隙間を埋めるような歌詞とサウンド
Title:SEKAI NO OWARI 2010-2019
Musician:SEKAI NO OWARI
2020年にデビュー10周年を迎えたSEKAI NO OWARI。本作は、もともとそのデビュー10周年を記念して、昨年の5月にリリースされる予定だったベスト盤ですが、ご承知の通り、コロナ禍が直撃し、同作も販売延期を余儀なくされました。そして2021年、あらためて「メジャーデビュー10周年」としてリリースが決定。ようやく発売となったベストアルバムが本作となります。
基本的に、以前から・・・というよりもここ最近特にセカオワについて感じているのは、メロディーセンスは素晴らしいが歌詞が酷いという点。

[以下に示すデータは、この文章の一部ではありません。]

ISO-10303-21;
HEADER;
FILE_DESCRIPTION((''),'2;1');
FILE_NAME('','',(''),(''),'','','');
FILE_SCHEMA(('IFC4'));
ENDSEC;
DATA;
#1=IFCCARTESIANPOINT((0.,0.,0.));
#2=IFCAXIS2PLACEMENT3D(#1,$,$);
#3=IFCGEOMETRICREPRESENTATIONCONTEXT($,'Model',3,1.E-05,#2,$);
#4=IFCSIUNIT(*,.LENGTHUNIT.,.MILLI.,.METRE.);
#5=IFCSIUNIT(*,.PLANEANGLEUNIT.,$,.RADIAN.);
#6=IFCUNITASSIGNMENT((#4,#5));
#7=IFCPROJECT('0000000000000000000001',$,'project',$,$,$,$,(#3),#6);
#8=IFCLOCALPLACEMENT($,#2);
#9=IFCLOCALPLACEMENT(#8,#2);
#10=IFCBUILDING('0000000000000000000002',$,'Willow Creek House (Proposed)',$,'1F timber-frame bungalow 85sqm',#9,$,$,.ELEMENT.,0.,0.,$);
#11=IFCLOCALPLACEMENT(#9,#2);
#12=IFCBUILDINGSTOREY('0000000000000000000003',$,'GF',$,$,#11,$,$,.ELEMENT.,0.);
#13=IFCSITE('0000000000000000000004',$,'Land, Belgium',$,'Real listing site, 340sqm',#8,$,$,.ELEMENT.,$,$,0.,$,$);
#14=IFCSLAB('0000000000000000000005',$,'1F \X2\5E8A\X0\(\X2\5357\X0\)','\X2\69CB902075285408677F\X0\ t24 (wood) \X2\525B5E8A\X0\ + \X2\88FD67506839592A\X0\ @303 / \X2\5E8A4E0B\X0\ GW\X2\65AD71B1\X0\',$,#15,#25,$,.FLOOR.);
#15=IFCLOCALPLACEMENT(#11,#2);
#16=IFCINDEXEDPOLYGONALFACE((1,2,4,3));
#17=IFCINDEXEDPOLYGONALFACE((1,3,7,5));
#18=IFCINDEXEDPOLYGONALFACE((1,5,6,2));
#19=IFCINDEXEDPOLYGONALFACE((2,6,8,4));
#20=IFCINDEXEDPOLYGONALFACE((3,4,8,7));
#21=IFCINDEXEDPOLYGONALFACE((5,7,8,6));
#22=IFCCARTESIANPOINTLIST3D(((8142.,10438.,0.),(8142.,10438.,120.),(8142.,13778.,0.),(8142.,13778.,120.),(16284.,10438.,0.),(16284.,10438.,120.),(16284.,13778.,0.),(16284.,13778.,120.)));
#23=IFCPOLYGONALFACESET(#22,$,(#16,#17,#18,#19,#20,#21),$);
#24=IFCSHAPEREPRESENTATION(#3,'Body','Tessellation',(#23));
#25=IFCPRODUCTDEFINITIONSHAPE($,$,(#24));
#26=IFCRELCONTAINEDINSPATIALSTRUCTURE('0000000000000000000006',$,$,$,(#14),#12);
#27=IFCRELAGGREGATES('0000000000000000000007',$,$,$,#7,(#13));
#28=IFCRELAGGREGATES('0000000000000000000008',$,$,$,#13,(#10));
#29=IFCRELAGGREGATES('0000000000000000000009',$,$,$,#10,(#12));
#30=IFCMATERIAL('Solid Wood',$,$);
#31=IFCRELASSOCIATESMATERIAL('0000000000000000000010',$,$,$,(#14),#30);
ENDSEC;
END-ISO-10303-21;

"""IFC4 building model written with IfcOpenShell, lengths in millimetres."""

from ifc_helpers import new_model, si_unit, frame, frame_2d, origin, place, context, project, spatial, rectangle, extrude, material, element, save


model = new_model("IFC4")

# Units and contexts
model_context = context("Model", 3, precision=1e-05, world=origin())
ifc_project = project(units=[si_unit("LENGTHUNIT", "METRE", prefix="MILLI"), si_unit("PLANEANGLEUNIT", "RADIAN")], contexts=[model_context])

# Site, building, storey
site_placement = place(None, origin())
site = spatial("IfcSite", under=ifc_project, at=site_placement, Name="Land, Belgium", ObjectType="Real listing site, 340sqm", CompositionType="ELEMENT", RefElevation=0.0)
building_placement = place(site_placement, origin())
building = spatial("IfcBuilding", under=site, at=building_placement, Name="Willow Creek House (Proposed)", ObjectType="1F timber-frame bungalow 85sqm", CompositionType="ELEMENT", ElevationOfRefHeight=0.0, ElevationOfTerrain=0.0)
storey_placement = place(building_placement, origin())
storey = spatial("IfcBuildingStorey", under=building, at=storey_placement, Name="GF", CompositionType="ELEMENT", Elevation=0.0)

# Shared definitions
ifc_material_1 = material(Name="Solid Wood")

# Slab
slab_1_placement = place(storey_placement, frame((4071.0, 5219.0, 0.0)))
element("IfcSlab", 1, at=slab_1_placement, inside=storey, material=ifc_material_1, Name="1F 床(南)", Description="構造用合板 t24 (wood) 剛床 + 製材根太 @303 / 床下 GW断熱", PredefinedType="FLOOR", context=model_context, shape_type="SweptSolid", body=[
    extrude(rectangle(XDim=8142.0, YDim=3340.0, at=frame_2d((4071.0, 1670.0))), frame((4071.0, 5219.0, 0.0)), (0.0, 0.0, 1.0), 120.0),
])

save(model, "model.ifc")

特に歌詞については、中2病の世界観が炸裂している自意識過剰系のミュージシャンであり、それが良くも悪くも売りになっている、という点は以前から認識はしていたのですが、あらためて彼らの曲を聴くと、特に初期の作品については自意識過剰というよりも自意識が暴走しているような感のある曲が目立ちました。
特に自意識暴走系と感じるのが「天使と悪魔」や「Love the warz」あたりで、なんとなく何を歌いたいのかはわかるのですが、それをわかった上で「何が言いたいんだ、この人は??」と頭の中ではてなマークがグルングルン回り出すような歌詞という印象を強く受けます。中2病という言葉そのもの、14歳あたりの少年が、「自分は世の中のことをわかっているんだぞ」という自意識の暴走むき出しに、いかにも独自の視点の意見のつもりで歌詞を書きつつも、大人から見ると、失笑でしかない、誰もがそういうことを感じつつ、その上で自分の経験の中で解決していくような、そんな「ありふれた」ことを語っている歌詞、という印象を受けてしまいます。

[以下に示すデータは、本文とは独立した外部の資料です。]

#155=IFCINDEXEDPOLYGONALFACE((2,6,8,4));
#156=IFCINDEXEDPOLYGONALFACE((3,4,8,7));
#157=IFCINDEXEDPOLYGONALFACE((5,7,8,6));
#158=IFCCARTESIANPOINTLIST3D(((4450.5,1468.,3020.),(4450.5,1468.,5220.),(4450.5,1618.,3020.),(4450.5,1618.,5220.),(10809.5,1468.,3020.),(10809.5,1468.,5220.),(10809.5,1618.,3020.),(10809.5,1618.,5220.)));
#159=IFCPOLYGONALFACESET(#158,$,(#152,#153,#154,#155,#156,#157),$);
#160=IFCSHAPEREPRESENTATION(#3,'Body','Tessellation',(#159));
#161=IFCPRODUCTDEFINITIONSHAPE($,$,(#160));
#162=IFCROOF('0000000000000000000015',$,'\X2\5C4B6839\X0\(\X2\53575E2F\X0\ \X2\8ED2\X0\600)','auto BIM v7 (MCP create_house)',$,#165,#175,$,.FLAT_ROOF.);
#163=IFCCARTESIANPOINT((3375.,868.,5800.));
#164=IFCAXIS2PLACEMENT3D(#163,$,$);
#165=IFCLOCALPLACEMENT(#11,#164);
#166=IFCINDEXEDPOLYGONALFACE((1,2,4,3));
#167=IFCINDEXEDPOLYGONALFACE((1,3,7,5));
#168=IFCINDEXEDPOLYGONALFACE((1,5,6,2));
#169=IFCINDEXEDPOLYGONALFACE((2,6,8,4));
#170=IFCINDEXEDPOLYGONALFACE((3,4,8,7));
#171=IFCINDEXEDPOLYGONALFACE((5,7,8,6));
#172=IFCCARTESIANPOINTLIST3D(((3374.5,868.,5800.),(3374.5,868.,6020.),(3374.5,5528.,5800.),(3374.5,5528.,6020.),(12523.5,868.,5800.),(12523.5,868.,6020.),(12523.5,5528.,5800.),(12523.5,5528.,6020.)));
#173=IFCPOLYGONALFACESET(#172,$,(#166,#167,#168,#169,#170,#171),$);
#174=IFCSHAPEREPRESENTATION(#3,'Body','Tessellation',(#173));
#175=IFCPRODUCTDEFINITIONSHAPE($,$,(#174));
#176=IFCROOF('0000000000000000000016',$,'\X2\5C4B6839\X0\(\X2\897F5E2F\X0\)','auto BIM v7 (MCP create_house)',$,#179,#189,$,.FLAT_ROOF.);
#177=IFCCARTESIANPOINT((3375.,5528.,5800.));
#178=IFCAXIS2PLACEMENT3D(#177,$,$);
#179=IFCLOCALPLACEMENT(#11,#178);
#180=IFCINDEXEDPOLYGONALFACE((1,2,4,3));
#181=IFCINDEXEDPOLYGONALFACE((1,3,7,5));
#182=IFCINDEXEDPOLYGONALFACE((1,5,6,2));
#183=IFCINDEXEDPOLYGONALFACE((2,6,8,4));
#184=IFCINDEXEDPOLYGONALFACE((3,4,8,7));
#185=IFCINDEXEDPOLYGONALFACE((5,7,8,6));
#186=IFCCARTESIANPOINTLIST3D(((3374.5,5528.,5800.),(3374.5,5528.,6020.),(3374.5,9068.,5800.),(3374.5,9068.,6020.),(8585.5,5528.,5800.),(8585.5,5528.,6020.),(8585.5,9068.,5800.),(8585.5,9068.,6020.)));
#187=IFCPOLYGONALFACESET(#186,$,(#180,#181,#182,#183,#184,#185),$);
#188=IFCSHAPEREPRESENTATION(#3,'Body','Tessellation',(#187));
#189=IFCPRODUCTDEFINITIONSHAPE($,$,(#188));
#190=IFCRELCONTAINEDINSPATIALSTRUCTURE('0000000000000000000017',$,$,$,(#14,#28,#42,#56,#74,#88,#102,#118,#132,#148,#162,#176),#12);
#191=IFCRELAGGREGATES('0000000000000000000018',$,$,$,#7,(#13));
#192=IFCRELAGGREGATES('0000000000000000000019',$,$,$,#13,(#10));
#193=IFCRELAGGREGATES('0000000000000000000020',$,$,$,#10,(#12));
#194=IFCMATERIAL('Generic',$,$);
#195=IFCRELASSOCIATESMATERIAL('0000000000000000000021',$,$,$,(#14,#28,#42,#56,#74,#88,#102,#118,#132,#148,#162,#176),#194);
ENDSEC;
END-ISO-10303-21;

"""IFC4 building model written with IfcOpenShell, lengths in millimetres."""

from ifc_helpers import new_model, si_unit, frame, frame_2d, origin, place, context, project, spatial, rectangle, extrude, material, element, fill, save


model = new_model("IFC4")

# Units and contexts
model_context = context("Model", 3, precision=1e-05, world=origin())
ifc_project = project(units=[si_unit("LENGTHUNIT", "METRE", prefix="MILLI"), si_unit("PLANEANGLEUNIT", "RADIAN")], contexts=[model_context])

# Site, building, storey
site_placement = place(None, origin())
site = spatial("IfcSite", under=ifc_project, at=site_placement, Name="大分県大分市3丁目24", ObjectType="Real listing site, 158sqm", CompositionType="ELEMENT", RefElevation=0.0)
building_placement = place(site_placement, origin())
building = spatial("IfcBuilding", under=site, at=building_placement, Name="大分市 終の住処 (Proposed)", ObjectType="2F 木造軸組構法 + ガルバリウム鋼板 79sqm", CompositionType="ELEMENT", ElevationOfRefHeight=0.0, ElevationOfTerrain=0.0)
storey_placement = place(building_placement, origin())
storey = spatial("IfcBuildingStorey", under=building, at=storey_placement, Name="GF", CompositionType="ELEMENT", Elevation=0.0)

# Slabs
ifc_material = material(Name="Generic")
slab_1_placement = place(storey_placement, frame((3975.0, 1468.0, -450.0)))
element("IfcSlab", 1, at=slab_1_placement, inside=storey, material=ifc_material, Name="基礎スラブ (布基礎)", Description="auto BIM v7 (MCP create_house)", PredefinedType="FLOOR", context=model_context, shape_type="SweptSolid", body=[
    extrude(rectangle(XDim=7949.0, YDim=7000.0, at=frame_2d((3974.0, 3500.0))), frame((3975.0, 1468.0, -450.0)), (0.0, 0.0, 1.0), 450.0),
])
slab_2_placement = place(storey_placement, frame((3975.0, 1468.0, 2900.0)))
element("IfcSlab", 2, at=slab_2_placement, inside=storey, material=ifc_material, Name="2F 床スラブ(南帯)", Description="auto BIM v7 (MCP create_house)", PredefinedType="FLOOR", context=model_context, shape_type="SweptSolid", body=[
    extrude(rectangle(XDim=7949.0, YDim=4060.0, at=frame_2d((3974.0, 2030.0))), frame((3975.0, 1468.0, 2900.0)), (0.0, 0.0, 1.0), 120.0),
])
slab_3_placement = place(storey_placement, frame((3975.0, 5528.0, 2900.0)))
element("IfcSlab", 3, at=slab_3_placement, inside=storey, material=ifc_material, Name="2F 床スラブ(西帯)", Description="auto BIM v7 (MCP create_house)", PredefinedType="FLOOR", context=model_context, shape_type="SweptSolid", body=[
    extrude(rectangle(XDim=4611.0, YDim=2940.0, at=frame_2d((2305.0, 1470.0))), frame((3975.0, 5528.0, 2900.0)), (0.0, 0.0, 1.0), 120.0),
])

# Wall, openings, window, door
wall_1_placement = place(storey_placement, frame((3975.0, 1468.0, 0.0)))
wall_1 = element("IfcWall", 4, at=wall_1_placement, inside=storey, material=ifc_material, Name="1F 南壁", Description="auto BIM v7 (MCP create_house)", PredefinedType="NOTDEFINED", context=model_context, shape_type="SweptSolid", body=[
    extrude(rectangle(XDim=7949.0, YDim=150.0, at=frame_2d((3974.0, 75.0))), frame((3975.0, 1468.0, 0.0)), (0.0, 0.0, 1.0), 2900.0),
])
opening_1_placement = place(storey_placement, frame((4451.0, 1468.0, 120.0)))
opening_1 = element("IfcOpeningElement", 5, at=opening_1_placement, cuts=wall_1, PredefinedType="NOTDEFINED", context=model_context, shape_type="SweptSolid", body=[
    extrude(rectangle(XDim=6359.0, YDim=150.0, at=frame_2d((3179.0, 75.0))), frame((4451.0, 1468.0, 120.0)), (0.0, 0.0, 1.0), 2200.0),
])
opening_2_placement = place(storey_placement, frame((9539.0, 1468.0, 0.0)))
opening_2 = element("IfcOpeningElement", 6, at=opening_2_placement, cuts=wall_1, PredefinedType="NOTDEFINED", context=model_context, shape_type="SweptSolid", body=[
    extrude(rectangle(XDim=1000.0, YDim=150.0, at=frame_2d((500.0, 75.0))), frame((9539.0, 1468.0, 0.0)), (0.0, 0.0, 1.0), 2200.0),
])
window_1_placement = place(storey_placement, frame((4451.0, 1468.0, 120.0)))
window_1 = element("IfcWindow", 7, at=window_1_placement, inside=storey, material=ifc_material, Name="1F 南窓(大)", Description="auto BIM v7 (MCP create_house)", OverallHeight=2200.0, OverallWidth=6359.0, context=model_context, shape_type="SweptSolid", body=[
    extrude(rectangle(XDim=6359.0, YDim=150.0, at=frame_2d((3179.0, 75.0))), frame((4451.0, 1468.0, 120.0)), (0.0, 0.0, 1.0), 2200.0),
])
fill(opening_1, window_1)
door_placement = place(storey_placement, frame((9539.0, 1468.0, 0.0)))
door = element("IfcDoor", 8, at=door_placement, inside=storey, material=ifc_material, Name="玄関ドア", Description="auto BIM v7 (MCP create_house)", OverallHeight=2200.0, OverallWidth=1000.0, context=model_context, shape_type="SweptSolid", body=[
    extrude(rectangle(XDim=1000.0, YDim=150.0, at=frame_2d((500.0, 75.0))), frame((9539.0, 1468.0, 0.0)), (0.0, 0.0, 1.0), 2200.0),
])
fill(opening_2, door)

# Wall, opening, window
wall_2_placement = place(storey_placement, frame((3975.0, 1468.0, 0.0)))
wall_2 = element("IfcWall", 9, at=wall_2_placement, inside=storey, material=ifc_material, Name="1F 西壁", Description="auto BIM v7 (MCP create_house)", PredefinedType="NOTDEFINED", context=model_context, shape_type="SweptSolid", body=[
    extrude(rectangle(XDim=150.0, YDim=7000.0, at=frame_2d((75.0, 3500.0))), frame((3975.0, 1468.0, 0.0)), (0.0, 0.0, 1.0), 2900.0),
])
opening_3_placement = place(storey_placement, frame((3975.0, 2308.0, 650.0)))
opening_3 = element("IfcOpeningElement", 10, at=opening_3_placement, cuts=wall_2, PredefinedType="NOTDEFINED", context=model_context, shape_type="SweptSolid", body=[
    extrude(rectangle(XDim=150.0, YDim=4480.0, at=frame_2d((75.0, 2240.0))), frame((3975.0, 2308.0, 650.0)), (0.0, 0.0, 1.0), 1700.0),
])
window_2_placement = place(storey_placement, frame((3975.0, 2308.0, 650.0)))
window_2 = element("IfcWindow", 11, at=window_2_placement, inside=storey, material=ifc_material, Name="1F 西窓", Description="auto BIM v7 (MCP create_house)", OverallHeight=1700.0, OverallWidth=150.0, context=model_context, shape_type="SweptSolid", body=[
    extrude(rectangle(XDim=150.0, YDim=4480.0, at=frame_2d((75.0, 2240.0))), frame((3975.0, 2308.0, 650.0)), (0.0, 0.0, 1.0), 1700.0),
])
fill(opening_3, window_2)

さすがにここまでの自意識暴走系は、彼らも年を経るごとに薄れていくのですが、それでも以前にもここに書いた通り、ここ最近の歌詞に至るまで歌詞の中ですべて状況を説明してしまうような情報過多な歌詞が目立ち、それがかなり気になります。例えば比較的最近の曲で、このベスト盤でも最後に収録している「RAIN」でも
「虹が架かる空には 雨が降っていたんだ
虹はいずれ消えるけど雨は草木を育てていたんだ」
という歌詞がありつつ最後には
「雨が止んだ庭に 花が咲いてたんだ」
(「Rain」より 作詞 Fukase,Saori)
と締めくくっているんですが、最後に「花が咲いてた」という描写を入れるのなら、わざわざ「雨は草木を育てていたんだ」という説明的な一説は不要に思います。彼らの歌詞はこういう「行間を読ませない」歌詞が多く、ここらへんの余韻をほとんど感じられません。
この説明過多な歌詞と同様、サウンドに関してもファンタジックというイメージが強いのですが、音の間を詰め込むようなサウンドが多く、そういう意味ではサウンド的な側面でも「説明過多」と言えるのかもしれません。簡単に言うと、歌詞にしろサウンドにしろ、隙間を詰め込もうとするのが彼らの楽曲の特徴で、今回のベスト盤で、その特徴を再認識しました。

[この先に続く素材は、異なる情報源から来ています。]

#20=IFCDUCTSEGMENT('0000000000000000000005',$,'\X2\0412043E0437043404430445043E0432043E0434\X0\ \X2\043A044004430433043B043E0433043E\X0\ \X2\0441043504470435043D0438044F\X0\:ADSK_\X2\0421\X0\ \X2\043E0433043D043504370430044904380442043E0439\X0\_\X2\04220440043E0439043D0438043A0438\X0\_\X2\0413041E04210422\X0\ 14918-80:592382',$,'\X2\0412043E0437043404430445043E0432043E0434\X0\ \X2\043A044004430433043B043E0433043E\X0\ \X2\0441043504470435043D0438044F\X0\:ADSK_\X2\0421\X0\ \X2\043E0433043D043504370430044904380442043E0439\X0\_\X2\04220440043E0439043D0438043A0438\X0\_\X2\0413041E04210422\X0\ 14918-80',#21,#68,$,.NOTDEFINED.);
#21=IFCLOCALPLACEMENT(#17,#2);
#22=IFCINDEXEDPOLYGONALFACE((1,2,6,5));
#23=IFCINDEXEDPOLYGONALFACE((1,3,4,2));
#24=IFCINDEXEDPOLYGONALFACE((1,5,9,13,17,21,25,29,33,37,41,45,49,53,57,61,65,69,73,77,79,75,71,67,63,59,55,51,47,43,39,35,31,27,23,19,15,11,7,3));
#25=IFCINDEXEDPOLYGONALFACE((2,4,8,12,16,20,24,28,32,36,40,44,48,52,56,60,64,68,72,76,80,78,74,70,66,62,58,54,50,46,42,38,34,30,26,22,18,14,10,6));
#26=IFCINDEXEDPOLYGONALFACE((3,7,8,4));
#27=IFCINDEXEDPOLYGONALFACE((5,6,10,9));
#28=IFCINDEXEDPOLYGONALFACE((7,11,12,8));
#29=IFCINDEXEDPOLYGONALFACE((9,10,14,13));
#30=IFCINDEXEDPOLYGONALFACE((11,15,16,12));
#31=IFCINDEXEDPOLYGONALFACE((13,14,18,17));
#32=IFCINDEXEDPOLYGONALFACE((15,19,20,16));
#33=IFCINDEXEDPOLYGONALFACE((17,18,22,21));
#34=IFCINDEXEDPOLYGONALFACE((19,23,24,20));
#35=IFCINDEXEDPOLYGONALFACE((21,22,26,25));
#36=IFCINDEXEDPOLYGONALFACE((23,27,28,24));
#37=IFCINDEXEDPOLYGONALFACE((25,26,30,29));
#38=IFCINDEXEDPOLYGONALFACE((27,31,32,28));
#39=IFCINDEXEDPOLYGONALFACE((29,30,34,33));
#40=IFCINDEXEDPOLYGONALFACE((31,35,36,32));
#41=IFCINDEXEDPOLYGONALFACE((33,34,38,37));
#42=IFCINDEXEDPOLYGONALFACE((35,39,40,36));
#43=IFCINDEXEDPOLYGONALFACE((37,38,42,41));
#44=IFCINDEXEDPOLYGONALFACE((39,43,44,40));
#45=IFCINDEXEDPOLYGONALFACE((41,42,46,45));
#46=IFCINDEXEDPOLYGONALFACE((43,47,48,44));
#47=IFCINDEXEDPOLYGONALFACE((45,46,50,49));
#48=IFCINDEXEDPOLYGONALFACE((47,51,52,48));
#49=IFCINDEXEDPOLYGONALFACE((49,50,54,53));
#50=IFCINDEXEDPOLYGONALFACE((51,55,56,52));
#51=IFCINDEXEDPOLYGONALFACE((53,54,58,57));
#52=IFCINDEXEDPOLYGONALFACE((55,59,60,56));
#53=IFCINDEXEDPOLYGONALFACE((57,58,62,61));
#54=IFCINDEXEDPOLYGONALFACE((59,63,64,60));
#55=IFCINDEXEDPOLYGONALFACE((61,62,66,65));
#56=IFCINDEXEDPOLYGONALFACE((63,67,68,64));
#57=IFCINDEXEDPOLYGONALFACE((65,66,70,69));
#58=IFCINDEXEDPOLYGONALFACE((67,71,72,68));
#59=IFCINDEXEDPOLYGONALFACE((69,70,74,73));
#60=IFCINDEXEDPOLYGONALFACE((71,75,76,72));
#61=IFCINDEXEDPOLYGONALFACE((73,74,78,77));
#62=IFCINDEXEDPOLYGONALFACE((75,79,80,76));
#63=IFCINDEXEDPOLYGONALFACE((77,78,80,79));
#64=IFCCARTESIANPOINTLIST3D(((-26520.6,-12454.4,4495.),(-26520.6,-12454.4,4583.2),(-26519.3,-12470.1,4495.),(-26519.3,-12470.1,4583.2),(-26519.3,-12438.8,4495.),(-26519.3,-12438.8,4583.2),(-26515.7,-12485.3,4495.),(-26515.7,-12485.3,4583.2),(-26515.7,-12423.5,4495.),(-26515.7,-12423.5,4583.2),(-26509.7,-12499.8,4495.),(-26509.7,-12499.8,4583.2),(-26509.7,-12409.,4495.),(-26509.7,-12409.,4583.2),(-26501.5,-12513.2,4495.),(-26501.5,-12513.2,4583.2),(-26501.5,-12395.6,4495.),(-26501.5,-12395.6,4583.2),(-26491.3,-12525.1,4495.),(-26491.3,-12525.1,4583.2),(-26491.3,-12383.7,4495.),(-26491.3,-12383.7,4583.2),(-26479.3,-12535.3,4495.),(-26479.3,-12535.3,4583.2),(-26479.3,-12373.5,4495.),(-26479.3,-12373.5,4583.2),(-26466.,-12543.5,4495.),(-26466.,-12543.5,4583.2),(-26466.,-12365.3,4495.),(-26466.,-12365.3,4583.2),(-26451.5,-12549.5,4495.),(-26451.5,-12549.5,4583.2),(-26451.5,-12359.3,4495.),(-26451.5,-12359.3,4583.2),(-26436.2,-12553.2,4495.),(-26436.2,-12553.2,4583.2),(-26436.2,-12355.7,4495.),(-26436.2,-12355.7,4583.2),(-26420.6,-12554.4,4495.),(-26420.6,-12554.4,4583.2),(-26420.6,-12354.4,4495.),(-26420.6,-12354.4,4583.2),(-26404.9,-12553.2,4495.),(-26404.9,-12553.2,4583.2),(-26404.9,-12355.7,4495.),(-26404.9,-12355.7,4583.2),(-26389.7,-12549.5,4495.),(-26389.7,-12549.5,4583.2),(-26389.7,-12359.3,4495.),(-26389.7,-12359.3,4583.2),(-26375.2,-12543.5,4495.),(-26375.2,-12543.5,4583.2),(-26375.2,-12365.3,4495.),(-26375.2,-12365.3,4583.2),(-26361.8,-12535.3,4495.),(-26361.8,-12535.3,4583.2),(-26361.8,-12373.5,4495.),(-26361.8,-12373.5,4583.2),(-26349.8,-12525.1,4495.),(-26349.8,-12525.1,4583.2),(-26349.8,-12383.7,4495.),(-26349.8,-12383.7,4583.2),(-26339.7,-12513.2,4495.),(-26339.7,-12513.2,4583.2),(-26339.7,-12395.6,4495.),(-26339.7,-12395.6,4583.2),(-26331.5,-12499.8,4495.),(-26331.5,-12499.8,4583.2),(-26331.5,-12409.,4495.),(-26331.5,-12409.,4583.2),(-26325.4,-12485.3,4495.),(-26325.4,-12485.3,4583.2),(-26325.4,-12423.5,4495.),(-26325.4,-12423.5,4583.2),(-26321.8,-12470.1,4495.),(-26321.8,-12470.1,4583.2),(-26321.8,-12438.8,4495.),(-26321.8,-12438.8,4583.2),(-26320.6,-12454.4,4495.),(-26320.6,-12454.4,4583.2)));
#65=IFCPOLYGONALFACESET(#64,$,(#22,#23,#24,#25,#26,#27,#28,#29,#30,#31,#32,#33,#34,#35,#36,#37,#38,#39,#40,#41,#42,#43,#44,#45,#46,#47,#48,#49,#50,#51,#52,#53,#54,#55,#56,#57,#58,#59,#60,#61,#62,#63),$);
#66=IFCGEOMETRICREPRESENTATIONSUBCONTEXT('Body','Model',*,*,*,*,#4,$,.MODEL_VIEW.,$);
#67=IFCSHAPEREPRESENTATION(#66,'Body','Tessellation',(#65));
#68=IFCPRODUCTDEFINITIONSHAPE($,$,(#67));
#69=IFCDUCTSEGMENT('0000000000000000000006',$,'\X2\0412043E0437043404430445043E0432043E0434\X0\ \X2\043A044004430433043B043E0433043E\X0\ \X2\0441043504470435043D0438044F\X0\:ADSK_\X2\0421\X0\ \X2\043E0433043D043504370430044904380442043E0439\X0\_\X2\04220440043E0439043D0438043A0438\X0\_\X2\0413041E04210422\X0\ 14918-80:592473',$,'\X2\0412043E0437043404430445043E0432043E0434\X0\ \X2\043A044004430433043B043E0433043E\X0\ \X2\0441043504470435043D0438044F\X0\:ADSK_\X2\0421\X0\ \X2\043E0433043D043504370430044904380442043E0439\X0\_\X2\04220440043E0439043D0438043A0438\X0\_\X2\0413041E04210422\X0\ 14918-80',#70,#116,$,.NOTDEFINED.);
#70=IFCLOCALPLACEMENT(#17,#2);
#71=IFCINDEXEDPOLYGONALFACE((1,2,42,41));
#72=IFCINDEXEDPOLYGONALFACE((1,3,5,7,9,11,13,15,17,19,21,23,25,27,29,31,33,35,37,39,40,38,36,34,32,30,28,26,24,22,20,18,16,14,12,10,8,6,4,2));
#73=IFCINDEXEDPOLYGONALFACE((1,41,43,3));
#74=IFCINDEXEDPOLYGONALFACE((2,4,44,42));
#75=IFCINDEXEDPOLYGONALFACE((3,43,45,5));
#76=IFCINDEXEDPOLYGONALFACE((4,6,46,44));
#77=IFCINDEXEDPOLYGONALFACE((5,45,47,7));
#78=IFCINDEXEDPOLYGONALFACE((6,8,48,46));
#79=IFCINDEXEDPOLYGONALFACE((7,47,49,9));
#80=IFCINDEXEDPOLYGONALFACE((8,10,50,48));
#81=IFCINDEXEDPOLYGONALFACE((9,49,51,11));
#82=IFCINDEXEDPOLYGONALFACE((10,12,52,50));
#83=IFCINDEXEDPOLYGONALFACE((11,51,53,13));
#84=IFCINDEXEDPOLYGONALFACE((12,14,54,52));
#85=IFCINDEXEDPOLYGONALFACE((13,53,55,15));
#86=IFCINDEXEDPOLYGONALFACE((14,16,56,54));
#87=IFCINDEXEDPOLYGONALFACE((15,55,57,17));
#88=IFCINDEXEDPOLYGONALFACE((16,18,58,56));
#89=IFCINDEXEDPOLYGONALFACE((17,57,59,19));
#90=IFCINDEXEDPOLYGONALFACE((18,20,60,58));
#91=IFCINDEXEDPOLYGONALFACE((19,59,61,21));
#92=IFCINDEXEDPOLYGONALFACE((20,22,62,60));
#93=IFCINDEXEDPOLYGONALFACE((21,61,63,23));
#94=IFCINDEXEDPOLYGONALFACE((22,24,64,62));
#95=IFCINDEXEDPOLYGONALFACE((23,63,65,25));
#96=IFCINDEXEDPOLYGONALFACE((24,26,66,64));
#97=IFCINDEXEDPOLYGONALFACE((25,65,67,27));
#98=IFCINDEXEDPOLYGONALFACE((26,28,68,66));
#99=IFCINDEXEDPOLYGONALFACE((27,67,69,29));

ただメロディーラインについては、デビュー当初の作品からここ最近の曲に関しても、人なつっこくポップでキュートなメロディーラインを書いてきており、以前にも書いた通り、メロディーラインについては間違いなく天性の才を感じさせます。個人的にはこのメロディーラインで、変な装飾をつけずにシンプルなサウンドにシンプルな歌詞で聴いてみたい、といった印象を受けてしまうのですが、こればっかりは彼らの「趣味」の問題もあり難しいんだろうなぁ。メロディーセンスというせっかくの素材の良さを、過剰なサウンドと歌詞というこってりとした味付けで殺してしまっているような印象すら受けてしまい、そういう意味では非常に惜しい感もあります。
もっとも、この自意識過剰系の歌詞とこってりとしたファンタジーなサウンドだからこそ彼らは「売れている」訳で、そういう意味ではもっとシンプルにしてほしいというのは、単なる私の好みに過ぎないのかもしれませんが、ただ、やはりもうちょっと違う側面も見てみたい、そう感じてしまったベストアルバムでした。
評価:★★★★
SEKAI NO OWARI 過去の作品
EARTH
ENTERTAINMENT
Tree
Lip
Eye
Chameleon(End of the World)
ほかに聴いたアルバム
ONE WISH e.p./MAN WITH A MISSION
新曲4曲に、昨年7月に行われた配信ライブでの音源を収録した8曲を追加した、計12曲入りの、一応扱い的にはミニアルバム。新曲4曲は、アップテンポで疾走感のあるギターロックチューンとなっており、特に「All You Need」はシンセも取り入れた打ち込みのリズムでトランシーな曲に仕上がっています。好みの問題もあるけど、個人的にはちょっと軽すぎる印象があり、もっとガツンと来るようなサウンドを聴きたかったかも。
評価:★★★★
MAN WITH A MISSION 過去の作品
Trick or Treat e.p.
MASH UP THE WORLD
Beef Chicken Pork
Tales of Purefly
5 Years 5 Wolves 5 Souls
The World's on Fire
Out of Control(MAN WITH A MISSION x Zebrahead)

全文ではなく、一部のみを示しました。